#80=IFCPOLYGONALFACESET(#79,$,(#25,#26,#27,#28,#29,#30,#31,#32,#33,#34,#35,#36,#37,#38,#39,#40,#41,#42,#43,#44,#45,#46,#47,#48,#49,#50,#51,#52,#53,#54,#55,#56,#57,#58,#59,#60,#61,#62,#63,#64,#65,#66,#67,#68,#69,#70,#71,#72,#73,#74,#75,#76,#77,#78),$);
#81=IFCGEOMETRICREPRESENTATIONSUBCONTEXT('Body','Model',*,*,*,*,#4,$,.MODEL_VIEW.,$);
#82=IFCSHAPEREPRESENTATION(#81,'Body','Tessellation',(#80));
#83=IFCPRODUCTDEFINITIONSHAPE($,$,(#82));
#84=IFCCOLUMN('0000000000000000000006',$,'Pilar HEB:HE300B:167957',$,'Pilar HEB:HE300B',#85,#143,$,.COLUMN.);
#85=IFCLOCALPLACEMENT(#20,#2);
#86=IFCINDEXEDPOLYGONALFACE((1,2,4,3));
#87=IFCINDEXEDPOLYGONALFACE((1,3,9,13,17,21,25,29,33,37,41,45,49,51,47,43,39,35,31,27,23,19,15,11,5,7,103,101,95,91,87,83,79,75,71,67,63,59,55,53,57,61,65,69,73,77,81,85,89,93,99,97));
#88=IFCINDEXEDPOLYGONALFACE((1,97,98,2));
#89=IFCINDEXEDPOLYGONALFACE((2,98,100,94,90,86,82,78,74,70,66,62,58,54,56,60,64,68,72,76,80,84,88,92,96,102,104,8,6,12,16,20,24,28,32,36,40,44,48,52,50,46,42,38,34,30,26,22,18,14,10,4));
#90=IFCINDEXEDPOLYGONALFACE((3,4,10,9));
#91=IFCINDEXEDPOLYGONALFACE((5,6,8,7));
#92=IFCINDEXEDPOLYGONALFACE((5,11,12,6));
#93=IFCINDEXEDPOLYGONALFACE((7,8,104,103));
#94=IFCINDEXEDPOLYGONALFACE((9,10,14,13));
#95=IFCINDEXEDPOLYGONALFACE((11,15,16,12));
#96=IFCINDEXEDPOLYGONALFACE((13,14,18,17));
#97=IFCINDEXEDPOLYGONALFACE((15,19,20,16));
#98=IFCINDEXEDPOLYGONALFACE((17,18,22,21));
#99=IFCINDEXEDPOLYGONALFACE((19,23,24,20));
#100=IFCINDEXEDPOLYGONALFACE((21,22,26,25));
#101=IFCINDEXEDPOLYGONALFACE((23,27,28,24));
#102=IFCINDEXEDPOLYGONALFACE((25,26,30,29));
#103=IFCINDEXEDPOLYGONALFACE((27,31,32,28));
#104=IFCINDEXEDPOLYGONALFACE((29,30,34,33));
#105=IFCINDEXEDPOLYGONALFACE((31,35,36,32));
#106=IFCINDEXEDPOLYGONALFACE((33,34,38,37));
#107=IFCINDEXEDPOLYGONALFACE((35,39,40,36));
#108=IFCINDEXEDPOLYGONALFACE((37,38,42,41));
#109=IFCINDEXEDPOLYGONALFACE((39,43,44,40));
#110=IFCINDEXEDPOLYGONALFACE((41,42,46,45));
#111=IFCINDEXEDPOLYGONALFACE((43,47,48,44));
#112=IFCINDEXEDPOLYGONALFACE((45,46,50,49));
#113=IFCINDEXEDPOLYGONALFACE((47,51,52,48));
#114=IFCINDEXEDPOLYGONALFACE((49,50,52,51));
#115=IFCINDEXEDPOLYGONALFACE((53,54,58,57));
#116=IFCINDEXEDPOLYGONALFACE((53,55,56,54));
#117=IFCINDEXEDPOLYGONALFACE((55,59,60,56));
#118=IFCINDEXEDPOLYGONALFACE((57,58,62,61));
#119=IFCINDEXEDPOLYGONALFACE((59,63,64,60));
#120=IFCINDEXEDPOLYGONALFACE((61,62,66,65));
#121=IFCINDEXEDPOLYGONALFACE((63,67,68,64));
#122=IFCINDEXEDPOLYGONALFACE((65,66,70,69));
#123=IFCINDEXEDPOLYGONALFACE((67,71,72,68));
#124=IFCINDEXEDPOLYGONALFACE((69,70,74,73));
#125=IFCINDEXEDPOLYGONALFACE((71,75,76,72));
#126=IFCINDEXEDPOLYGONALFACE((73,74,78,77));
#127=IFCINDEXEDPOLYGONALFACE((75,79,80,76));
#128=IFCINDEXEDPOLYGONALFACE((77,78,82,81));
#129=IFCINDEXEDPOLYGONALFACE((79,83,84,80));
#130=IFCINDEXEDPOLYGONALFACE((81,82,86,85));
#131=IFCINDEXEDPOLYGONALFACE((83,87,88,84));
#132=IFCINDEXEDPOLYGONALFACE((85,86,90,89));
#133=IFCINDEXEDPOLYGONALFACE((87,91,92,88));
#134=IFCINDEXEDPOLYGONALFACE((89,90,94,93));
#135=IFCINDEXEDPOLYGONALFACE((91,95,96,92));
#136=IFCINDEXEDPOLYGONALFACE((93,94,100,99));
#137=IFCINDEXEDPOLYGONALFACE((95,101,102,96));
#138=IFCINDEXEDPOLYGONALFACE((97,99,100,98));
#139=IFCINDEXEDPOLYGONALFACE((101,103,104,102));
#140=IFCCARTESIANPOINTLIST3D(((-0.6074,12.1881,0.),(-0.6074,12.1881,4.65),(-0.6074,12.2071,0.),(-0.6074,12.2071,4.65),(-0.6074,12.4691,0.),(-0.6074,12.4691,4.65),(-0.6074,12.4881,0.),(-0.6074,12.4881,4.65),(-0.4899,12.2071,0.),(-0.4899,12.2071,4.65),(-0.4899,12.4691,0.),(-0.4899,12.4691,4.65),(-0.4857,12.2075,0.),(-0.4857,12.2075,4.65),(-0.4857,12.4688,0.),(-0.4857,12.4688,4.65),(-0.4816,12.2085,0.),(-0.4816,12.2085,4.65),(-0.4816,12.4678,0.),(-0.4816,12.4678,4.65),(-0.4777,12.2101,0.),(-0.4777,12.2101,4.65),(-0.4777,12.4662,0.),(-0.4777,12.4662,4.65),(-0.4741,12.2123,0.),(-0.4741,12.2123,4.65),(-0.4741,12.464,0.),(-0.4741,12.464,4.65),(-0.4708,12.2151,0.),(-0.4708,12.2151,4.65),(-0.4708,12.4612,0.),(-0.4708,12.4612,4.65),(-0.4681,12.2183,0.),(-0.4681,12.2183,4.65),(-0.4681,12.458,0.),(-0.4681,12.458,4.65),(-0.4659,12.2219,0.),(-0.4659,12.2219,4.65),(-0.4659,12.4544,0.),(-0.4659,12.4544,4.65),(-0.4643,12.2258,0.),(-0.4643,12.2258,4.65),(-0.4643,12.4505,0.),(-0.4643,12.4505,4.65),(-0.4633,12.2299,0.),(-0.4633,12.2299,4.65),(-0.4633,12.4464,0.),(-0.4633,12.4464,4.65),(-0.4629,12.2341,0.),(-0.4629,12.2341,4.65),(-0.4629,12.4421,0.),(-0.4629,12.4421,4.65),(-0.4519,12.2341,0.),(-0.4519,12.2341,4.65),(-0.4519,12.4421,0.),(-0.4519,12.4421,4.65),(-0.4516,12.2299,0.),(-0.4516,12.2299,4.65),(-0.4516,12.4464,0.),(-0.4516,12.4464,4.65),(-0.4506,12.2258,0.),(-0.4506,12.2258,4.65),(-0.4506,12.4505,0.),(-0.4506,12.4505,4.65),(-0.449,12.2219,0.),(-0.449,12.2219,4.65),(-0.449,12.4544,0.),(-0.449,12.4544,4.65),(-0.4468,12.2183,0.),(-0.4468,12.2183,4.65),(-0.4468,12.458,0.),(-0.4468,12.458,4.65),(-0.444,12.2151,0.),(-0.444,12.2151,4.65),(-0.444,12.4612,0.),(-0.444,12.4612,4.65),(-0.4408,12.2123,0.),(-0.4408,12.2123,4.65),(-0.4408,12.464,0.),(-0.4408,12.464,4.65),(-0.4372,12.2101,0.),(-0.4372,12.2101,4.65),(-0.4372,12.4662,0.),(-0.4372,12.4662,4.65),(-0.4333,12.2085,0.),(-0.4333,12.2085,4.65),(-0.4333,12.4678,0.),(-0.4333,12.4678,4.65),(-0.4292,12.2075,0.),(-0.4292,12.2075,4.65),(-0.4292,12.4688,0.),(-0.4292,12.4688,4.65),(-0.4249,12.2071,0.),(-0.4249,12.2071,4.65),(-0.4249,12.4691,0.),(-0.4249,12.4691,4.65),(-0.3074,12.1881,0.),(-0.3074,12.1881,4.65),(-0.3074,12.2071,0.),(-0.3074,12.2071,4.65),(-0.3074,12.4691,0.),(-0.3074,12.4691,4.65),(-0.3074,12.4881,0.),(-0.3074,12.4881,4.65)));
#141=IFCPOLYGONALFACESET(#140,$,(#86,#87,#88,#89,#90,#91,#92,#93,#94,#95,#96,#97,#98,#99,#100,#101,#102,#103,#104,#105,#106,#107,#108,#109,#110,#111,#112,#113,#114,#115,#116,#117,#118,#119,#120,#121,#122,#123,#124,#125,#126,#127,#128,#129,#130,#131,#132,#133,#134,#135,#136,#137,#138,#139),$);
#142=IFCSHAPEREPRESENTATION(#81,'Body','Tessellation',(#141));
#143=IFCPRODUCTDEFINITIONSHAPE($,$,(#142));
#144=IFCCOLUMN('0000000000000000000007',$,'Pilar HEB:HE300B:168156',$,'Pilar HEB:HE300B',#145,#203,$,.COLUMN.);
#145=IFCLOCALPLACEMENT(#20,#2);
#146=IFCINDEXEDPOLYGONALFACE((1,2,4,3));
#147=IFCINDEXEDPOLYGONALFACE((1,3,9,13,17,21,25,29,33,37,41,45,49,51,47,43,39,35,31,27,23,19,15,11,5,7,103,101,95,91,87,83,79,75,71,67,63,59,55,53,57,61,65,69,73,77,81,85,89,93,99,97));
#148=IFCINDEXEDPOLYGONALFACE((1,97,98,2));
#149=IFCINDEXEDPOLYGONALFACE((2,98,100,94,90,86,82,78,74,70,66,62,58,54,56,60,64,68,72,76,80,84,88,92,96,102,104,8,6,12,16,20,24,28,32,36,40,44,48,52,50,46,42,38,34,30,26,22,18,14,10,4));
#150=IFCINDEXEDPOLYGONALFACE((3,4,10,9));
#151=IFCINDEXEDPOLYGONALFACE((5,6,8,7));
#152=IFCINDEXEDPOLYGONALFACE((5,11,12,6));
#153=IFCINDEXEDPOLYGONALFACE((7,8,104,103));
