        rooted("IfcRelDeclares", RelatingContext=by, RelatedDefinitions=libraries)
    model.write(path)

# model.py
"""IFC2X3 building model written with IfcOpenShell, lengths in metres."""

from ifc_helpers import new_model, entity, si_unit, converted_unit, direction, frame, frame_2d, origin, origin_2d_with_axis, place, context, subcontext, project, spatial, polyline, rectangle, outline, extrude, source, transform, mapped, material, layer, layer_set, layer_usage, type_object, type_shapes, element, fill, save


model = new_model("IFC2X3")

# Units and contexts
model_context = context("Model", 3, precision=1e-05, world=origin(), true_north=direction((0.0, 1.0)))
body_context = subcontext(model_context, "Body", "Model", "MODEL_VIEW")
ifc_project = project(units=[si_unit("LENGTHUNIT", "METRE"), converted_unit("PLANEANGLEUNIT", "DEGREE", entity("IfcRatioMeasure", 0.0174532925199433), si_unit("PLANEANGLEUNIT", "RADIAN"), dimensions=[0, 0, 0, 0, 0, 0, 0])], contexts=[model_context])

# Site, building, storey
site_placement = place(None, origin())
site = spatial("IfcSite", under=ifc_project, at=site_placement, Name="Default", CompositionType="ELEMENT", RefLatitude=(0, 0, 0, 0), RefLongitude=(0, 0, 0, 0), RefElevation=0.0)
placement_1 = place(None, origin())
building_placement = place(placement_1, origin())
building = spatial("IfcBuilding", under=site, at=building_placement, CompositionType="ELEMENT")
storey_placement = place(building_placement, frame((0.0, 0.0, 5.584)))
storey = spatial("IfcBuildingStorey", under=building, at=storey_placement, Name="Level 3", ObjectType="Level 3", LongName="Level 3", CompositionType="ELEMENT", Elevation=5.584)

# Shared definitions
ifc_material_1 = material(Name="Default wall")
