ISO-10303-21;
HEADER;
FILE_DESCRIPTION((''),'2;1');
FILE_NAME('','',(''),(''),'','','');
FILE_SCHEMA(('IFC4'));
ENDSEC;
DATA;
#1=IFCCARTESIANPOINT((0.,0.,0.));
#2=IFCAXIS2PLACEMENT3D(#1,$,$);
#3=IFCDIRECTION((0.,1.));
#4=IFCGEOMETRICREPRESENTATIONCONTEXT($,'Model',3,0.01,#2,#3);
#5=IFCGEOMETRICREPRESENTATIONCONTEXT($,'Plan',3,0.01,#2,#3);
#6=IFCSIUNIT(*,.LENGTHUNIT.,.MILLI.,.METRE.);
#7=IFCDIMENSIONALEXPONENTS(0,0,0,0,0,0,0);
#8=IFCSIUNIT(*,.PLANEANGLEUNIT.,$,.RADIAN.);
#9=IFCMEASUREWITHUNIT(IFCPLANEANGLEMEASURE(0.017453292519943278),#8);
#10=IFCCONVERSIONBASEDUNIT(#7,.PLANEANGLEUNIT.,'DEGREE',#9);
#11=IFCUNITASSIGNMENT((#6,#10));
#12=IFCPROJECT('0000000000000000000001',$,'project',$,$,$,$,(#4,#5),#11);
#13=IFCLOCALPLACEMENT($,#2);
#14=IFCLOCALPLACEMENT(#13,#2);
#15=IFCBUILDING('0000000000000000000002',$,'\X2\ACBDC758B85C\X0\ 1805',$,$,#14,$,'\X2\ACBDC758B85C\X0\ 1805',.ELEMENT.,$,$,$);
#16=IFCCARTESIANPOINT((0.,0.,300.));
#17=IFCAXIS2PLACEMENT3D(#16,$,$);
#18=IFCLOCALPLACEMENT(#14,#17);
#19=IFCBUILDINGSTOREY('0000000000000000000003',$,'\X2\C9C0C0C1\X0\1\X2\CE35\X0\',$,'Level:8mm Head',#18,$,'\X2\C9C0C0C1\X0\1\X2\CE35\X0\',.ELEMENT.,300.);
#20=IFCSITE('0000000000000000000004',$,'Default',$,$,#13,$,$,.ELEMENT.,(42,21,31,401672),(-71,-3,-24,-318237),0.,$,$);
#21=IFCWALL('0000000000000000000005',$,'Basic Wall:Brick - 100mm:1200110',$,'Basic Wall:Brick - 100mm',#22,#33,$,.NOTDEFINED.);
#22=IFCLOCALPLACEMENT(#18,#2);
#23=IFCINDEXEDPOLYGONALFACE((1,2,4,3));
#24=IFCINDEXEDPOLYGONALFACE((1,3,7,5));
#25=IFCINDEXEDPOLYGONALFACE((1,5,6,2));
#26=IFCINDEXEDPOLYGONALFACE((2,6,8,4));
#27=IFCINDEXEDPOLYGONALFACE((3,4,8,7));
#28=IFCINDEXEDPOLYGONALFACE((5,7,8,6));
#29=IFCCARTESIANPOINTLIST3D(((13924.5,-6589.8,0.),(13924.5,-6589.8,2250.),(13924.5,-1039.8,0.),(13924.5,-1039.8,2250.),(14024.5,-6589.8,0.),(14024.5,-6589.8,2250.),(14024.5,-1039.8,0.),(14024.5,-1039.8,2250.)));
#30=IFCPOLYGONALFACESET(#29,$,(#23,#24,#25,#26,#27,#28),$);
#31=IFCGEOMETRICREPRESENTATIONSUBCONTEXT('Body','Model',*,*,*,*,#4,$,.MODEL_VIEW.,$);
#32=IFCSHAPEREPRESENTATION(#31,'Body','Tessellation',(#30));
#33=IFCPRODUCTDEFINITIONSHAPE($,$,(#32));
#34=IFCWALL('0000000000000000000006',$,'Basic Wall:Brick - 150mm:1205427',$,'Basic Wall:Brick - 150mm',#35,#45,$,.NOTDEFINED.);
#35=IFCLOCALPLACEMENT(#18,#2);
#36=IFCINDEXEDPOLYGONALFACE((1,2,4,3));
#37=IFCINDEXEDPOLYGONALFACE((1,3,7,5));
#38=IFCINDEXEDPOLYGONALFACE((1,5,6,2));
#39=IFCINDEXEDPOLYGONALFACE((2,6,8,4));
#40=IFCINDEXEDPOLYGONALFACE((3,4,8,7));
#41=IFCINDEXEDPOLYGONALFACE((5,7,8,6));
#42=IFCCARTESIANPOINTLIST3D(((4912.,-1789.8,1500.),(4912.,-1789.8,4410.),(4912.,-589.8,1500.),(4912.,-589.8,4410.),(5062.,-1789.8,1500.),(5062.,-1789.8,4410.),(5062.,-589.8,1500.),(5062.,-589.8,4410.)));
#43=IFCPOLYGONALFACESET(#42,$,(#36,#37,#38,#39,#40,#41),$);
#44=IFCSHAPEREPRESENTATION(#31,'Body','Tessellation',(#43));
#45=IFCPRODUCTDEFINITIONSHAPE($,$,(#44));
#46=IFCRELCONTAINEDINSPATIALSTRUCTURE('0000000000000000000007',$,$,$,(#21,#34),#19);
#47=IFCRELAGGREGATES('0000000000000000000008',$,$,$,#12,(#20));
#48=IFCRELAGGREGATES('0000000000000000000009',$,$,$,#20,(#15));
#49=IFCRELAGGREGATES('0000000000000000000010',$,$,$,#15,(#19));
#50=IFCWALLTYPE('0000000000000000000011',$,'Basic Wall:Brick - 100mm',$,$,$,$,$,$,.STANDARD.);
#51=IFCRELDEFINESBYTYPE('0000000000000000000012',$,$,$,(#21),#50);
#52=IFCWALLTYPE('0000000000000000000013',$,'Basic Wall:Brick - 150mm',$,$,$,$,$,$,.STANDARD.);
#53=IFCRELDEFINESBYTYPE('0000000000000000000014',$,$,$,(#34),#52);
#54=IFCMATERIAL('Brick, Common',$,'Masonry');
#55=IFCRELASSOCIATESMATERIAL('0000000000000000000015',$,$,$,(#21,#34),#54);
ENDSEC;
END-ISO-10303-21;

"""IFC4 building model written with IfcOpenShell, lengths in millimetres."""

from ifc_helpers import new_model, entity, si_unit, converted_unit, direction, frame, origin, place, context, subcontext, project, spatial, indexed_curve, outline, extrude, material, type_object, element, save


model = new_model("IFC4")

# Units and contexts
model_context = context("Model", 3, precision=0.01, world=origin(), true_north=direction((0.0, 1.0)))
plan_context = context("Plan", 3, precision=0.01, world=origin(), true_north=direction((0.0, 1.0)))
body_context = subcontext(model_context, "Body", "Model", "MODEL_VIEW")
ifc_project = project(units=[si_unit("LENGTHUNIT", "METRE", prefix="MILLI"), converted_unit("PLANEANGLEUNIT", "DEGREE", entity("IfcPlaneAngleMeasure", 0.017453292519943278), si_unit("PLANEANGLEUNIT", "RADIAN"), dimensions=[0, 0, 0, 0, 0, 0, 0])], contexts=[model_context, plan_context])

# Site, building, storey
site_placement = place(None, origin())
site = spatial("IfcSite", under=ifc_project, at=site_placement, Name="Default", CompositionType="ELEMENT", RefLatitude=(42, 21, 31, 401672), RefLongitude=(-71, -3, -24, -318237), RefElevation=0.0)
building_placement = place(site_placement, origin())
building = spatial("IfcBuilding", under=site, at=building_placement, Name="경의로 1805", LongName="경의로 1805", CompositionType="ELEMENT")
storey_placement = place(building_placement, frame((0.0, 0.0, 300.0)))
storey = spatial("IfcBuildingStorey", under=building, at=storey_placement, Name="지상1층", ObjectType="Level:8mm Head", LongName="지상1층", CompositionType="ELEMENT", Elevation=300.0)

# Walls
ifc_material_1 = material(Name="Brick, Common", Category="Masonry")
wall_type_1 = type_object("IfcWallType", Name="Basic Wall:Brick - 100mm", PredefinedType="STANDARD")
wall_1_placement = place(storey_placement, frame((13974.5, -1039.8, 0.0), z_axis=(0.0, 0.0, 1.0), x_axis=(0.0, -1.0, 0.0)))
element("IfcWall", 1, at=wall_1_placement, inside=storey, type_object=wall_type_1, material=ifc_material_1, Name="Basic Wall:Brick - 100mm:1200110", ObjectType="Basic Wall:Brick - 100mm", PredefinedType="NOTDEFINED", context=body_context, shape_type="SweptSolid", body=[
    extrude(outline(indexed_curve([(5550.0, 50.0), (0.0, 50.0), (0.0, -50.0), (5550.0, -50.0), (5550.0, 50.0)], self_intersect=False)), origin(), (0.0, 0.0, 1.0), 2250.0),
])
wall_type_2 = type_object("IfcWallType", Name="Basic Wall:Brick - 150mm", PredefinedType="STANDARD")
wall_2_placement = place(storey_placement, frame((4987.0, -1789.8, 1500.0), z_axis=(0.0, 0.0, 1.0), x_axis=(0.0, 1.0, 0.0)))
element("IfcWall", 2, at=wall_2_placement, inside=storey, type_object=wall_type_2, material=ifc_material_1, Name="Basic Wall:Brick - 150mm:1205427", ObjectType="Basic Wall:Brick - 150mm", PredefinedType="NOTDEFINED", context=body_context, shape_type="SweptSolid", body=[
    extrude(outline(indexed_curve([(1200.0, 75.0), (0.0, 75.0), (0.0, -75.0), (1200.0, -75.0), (1200.0, 75.0)], self_intersect=False)), origin(), (0.0, 0.0, 1.0), 2910.0),
])

save(model, "model.ifc")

* * *

The answer is every line in the data where the word "Pilar" appears.

#84=IFCCOLUMN('0000000000000000000006',$,'Pilar HEB:HE300B:167957',$,'Pilar HEB:HE300B',#85,#143,$,.COLUMN.);
#144=IFCCOLUMN('0000000000000000000007',$,'Pilar HEB:HE300B:168156',$,'Pilar HEB:HE300B',#145,#203,$,.COLUMN.);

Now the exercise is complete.